連日、ニュースやワイドショーを騒がせている、和歌山保険金事件。

松本サリン事件の影響もあってか、本件のカレー事件については、かなり遠回しな言い方をしているものの、やはり疑惑の夫婦は限りなくクロに近い印象を受けてしまう。

このニュースで、疑惑の主婦の生活ぶりを聞くたびに思い出す1本の映画がある。

それは、チャップリンの「殺人狂時代」。

鼻の下のチョビ髭だけは残したものの、お馴染みの放浪者スタイルを捨てて、喜劇の王様チャップリンが挑んだ、ある意味で非常にシリアスなドラマだ。
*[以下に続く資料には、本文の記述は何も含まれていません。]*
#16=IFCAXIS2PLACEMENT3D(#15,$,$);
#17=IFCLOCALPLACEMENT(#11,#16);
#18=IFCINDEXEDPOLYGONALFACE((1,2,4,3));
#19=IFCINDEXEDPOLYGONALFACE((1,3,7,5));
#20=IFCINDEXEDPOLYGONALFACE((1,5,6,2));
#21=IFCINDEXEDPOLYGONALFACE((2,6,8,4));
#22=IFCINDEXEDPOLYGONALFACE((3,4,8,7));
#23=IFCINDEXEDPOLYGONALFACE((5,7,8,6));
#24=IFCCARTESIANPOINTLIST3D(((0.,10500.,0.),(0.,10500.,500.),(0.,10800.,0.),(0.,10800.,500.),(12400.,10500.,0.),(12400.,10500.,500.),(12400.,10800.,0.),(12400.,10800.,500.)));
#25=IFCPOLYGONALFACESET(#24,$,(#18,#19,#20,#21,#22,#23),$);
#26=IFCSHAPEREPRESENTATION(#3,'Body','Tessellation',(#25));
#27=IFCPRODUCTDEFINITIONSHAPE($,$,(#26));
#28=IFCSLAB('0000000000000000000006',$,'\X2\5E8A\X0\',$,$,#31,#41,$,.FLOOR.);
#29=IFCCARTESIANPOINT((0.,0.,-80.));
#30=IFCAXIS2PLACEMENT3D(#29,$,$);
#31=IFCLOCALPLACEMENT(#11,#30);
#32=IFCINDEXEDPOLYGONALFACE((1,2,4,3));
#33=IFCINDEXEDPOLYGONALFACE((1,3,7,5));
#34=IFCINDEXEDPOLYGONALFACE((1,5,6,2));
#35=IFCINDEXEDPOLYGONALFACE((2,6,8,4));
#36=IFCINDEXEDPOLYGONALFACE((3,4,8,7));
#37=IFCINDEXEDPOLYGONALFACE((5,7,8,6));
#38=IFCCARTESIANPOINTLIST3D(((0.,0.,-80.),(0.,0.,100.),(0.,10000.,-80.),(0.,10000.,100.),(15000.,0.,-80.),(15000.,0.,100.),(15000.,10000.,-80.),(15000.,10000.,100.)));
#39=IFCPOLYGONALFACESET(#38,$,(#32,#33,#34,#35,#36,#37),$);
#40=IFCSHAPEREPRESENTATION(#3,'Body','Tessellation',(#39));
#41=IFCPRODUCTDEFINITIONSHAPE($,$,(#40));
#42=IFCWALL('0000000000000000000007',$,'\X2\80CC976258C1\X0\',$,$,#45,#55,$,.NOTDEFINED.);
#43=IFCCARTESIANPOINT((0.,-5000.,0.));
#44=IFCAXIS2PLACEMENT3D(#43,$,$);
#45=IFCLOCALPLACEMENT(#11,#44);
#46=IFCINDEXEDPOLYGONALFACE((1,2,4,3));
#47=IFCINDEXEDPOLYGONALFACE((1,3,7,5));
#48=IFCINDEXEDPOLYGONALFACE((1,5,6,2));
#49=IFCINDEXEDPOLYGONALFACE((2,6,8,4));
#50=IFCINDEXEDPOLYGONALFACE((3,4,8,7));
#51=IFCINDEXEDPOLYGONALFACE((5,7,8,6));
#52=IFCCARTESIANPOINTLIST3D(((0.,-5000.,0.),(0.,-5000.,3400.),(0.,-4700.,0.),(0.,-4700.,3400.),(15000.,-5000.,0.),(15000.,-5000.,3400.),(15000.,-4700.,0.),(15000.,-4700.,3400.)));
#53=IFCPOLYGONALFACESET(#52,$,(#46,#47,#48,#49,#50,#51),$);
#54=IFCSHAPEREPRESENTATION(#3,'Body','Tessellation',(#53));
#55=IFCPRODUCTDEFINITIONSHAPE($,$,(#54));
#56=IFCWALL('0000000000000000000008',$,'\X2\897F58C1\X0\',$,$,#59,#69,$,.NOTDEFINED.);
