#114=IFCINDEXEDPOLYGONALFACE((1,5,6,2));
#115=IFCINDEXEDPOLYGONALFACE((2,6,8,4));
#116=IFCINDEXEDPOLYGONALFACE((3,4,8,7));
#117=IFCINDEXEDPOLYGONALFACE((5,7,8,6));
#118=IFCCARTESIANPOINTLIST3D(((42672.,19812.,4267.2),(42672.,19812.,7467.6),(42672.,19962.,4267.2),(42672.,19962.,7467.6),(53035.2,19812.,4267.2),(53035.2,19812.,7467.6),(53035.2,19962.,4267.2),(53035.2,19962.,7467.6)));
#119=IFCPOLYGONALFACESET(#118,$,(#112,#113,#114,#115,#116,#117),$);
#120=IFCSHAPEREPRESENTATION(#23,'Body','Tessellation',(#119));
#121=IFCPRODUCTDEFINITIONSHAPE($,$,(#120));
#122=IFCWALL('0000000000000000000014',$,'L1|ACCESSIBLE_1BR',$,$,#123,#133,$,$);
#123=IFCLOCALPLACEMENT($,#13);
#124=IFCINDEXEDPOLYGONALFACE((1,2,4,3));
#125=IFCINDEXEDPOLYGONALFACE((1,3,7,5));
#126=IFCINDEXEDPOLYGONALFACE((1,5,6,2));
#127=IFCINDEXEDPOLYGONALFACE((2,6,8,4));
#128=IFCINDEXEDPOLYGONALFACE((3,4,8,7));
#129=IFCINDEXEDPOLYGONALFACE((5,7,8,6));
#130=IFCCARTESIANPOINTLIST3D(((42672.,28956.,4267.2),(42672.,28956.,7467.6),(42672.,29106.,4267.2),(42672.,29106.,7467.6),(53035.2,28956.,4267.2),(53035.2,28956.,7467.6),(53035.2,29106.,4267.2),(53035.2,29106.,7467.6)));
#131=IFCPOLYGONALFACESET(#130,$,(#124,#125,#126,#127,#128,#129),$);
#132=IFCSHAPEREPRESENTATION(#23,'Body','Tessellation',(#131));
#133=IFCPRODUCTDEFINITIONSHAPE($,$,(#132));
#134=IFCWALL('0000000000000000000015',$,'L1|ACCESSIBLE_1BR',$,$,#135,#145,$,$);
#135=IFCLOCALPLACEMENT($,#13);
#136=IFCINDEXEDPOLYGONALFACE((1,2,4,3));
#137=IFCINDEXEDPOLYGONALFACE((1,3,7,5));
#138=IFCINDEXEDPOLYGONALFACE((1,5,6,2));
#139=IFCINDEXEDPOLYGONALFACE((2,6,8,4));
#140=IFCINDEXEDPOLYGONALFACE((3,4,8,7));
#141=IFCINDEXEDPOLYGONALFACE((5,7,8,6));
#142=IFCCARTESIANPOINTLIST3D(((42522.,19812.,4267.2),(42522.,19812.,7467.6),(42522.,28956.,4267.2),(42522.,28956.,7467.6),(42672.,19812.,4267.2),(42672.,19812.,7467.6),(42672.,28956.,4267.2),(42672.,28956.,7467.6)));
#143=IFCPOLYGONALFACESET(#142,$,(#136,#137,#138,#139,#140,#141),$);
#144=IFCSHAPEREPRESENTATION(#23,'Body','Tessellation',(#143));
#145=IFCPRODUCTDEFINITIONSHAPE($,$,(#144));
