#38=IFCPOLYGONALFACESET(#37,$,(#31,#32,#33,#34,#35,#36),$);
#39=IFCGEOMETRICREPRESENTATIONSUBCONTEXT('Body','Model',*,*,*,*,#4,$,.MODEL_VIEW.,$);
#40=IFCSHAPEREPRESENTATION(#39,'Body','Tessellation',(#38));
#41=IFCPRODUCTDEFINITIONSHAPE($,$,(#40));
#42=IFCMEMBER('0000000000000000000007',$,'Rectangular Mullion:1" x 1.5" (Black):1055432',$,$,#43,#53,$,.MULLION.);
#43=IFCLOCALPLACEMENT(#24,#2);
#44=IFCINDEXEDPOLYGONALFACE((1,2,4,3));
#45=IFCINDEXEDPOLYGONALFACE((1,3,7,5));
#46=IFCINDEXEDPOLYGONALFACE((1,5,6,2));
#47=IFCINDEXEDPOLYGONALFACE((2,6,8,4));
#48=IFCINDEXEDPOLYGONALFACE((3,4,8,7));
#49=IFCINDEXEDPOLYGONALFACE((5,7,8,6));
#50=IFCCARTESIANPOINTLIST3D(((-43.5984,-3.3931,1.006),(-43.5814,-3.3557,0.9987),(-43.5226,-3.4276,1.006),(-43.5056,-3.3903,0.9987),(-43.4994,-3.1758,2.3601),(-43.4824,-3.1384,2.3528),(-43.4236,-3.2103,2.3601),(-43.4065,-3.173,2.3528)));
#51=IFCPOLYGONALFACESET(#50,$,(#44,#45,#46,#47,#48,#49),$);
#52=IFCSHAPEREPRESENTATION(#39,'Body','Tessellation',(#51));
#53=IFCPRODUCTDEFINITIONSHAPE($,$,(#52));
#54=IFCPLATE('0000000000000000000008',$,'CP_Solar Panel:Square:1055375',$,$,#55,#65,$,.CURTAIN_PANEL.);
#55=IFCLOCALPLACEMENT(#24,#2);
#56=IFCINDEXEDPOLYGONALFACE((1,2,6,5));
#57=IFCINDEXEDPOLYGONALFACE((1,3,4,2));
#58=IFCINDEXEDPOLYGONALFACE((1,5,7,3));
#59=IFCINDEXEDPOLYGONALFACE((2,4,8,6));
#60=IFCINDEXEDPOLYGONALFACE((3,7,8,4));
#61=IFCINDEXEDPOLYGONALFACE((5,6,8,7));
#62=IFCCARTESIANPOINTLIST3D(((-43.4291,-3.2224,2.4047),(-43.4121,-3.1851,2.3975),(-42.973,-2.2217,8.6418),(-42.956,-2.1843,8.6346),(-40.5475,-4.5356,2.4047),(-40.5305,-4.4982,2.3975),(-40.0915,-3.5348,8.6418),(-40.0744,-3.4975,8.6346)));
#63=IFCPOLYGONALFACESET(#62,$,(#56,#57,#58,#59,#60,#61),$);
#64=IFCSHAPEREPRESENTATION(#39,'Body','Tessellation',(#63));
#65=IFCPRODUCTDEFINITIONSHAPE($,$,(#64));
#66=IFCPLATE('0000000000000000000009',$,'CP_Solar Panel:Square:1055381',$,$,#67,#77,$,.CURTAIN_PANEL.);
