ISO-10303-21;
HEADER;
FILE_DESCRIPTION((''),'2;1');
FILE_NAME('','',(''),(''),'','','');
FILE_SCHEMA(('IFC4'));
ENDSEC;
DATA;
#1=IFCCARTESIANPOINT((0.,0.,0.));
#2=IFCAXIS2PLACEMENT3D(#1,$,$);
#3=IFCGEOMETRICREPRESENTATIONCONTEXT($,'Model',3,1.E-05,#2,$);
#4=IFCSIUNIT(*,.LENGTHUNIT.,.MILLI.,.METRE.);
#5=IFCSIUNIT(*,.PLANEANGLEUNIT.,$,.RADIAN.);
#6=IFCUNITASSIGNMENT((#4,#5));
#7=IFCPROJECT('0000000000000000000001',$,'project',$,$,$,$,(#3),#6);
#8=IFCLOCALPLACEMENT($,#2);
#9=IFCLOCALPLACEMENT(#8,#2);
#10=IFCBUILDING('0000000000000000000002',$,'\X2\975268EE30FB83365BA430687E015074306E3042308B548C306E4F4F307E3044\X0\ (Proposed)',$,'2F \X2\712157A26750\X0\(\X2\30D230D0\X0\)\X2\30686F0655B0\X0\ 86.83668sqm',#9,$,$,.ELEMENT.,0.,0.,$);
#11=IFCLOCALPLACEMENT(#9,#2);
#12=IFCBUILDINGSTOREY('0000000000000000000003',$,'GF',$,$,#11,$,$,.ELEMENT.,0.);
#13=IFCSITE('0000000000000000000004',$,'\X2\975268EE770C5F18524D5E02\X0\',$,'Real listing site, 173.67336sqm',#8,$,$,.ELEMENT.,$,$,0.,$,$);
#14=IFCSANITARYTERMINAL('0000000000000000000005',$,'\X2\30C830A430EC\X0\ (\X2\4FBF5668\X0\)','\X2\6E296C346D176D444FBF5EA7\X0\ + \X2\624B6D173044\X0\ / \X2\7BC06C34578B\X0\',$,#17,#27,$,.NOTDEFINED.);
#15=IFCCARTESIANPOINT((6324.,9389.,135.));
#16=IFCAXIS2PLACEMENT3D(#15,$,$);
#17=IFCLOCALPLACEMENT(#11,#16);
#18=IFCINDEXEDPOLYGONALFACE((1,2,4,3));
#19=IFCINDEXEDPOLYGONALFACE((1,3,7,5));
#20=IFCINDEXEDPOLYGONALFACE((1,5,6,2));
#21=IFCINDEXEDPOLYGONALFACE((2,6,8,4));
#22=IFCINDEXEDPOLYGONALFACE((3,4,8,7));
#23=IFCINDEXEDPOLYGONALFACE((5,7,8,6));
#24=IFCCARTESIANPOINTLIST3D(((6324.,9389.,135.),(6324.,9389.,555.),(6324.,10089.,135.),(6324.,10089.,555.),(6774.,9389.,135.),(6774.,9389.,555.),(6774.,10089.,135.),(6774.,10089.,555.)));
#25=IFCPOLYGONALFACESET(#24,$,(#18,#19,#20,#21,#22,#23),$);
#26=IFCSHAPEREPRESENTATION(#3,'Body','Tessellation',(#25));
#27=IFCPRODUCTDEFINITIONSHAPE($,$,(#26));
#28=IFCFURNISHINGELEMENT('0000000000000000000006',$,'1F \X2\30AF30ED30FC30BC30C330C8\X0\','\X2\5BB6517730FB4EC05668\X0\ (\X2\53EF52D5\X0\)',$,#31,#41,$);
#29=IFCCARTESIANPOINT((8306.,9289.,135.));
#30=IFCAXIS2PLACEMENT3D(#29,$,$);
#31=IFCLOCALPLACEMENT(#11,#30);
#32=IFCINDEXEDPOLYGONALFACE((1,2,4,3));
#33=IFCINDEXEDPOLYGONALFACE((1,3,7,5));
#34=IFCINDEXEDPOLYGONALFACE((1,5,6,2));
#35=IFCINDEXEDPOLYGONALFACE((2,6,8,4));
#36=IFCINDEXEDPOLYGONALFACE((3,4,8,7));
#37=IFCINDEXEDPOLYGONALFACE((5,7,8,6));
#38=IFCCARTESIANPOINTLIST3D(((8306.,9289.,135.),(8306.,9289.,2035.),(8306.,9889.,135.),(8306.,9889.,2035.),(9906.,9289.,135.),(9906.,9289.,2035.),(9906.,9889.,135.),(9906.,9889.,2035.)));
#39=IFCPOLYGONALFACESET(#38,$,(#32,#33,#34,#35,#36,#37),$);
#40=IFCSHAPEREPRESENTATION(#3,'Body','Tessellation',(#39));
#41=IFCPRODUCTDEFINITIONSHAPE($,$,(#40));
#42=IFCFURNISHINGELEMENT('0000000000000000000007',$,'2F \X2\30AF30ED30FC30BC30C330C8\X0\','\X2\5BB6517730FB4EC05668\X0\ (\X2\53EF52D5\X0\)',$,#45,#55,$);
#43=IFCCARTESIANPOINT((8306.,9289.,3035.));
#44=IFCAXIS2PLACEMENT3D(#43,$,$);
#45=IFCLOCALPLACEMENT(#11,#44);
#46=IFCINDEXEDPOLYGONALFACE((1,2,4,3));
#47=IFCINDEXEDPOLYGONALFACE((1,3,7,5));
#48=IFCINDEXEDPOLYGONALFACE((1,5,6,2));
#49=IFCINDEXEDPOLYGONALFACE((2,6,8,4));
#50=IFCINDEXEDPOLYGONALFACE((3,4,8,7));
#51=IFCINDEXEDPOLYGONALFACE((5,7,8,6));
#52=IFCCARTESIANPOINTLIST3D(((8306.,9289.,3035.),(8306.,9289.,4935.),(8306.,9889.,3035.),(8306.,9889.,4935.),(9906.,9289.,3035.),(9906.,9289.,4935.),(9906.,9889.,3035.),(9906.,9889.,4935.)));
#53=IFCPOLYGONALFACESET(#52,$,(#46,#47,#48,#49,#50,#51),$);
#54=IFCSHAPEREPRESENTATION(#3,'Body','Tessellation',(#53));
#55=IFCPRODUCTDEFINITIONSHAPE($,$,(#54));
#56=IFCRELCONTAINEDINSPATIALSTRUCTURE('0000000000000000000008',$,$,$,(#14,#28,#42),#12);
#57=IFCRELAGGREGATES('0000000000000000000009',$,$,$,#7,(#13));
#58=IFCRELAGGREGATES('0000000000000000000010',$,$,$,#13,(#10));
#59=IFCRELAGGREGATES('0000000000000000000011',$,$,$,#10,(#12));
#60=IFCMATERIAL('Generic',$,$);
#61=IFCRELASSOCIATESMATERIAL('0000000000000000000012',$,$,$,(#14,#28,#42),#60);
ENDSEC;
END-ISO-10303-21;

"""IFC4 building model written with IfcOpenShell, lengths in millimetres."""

from ifc_helpers import new_model, si_unit, frame, frame_2d, origin, place, context, project, spatial, rectangle, extrude, material, element, save


model = new_model("IFC4")

# Units and contexts
model_context = context("Model", 3, precision=1e-05, world=origin())
ifc_project = project(units=[si_unit("LENGTHUNIT", "METRE", prefix="MILLI"), si_unit("PLANEANGLEUNIT", "RADIAN")], contexts=[model_context])

# Site, building, storey
site_placement = place(None, origin())
site = spatial("IfcSite", under=ifc_project, at=site_placement, Name="青森県弘前市", ObjectType="Real listing site, 173.67336sqm", CompositionType="ELEMENT", RefElevation=0.0)
building_placement = place(site_placement, origin())
building = spatial("IfcBuilding", under=site, at=building_placement, Name="青森・茶室と縁側のある和の住まい (Proposed)", ObjectType="2F 無垢材(ヒバ)と漆喰 86.83668sqm", CompositionType="ELEMENT", ElevationOfRefHeight=0.0, ElevationOfTerrain=0.0)
storey_placement = place(building_placement, origin())
storey = spatial("IfcBuildingStorey", under=building, at=storey_placement, Name="GF", CompositionType="ELEMENT", Elevation=0.0)

# Shared definitions
ifc_material_1 = material(Name="Generic")

# Sanitary terminal
sanitary_terminal_1_placement = place(storey_placement, frame((6324.0, 9389.0, 135.0)))
element("IfcSanitaryTerminal", 1, at=sanitary_terminal_1_placement, inside=storey, material=ifc_material_1, Name="トイレ (便器)", Description="温水洗浄便座 + 手洗い / 節水型", PredefinedType="NOTDEFINED", context=model_context, shape_type="SweptSolid", body=[
    extrude(rectangle(XDim=450.0, YDim=700.0, at=frame_2d((225.0, 350.0))), frame((6324.0, 9389.0, 135.0)), (0.0, 0.0, 1.0), 420.0),
])

# Furnishing elements
furnishing_1_placement = place(storey_placement, frame((8306.0, 9289.0, 135.0)))
element("IfcFurnishingElement", 2, at=furnishing_1_placement, inside=storey, material=ifc_material_1, Name="1F クローゼット", Description="家具・什器 (可動)", context=model_context, shape_type="SweptSolid", body=[
    extrude(rectangle(XDim=1600.0, YDim=600.0, at=frame_2d((800.0, 300.0))), frame((8306.0, 9289.0, 135.0)), (0.0, 0.0, 1.0), 1900.0),
])
furnishing_2_placement = place(storey_placement, frame((8306.0, 9289.0, 3035.0)))
element("IfcFurnishingElement", 3, at=furnishing_2_placement, inside=storey, material=ifc_material_1, Name="2F クローゼット", Description="家具・什器 (可動)", context=model_context, shape_type="SweptSolid", body=[
    extrude(rectangle(XDim=1600.0, YDim=600.0, at=frame_2d((800.0, 300.0))), frame((8306.0, 9289.0, 3035.0)), (0.0, 0.0, 1.0), 1900.0),
])

save(model, "model.ifc")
主人公は一見ダンディな紳士。仕事は殺人。と、言っても殺し屋というわけではなく、サギに近い。
つまり有閑マダムを次々にたらしこんでは財産を奪ったあげく殺してしまう。
そのだまし方、殺し方にチャップリンならではの喜劇的な演出がなされていて実におもしろいのだが、実際に殺してしまうシーンは、さすがに暗い。

ラスト・シーン。
警察につかまって留置場にいる主人公は、死刑執行の日を迎える。
牧師の祈りを振りはらい、彼は言う。

「私にとって殺人はビジネスでした。
 ひとり殺せば殺人者。百万殺せば英雄。その数が殺人を正当化するのです」

そして、死刑台に向かう主人公の後姿で映画は終わる。

実は、この映画の製作には、こんなエピソードがある。

とあるパーティで数多くの映画人が集まった。
チャップリンもそこにいたわけだが、同じ席にある有名俳優が来て話をした。

その時の雑談を元に話を組み立てて、チャップリンはこの映画を製作した。

チャップリンが、この話を映画化していることを知った、その有名俳優は、
「あの時の俺の話が元になってるんだから、原作として俺の名をクレジットしろ」と、チャップリンに要求。チャップリンはしぶしぶ、その要求を認めた。

当然、今でも「殺人狂時代」には原作として、その有名俳優の名がクレジットされている。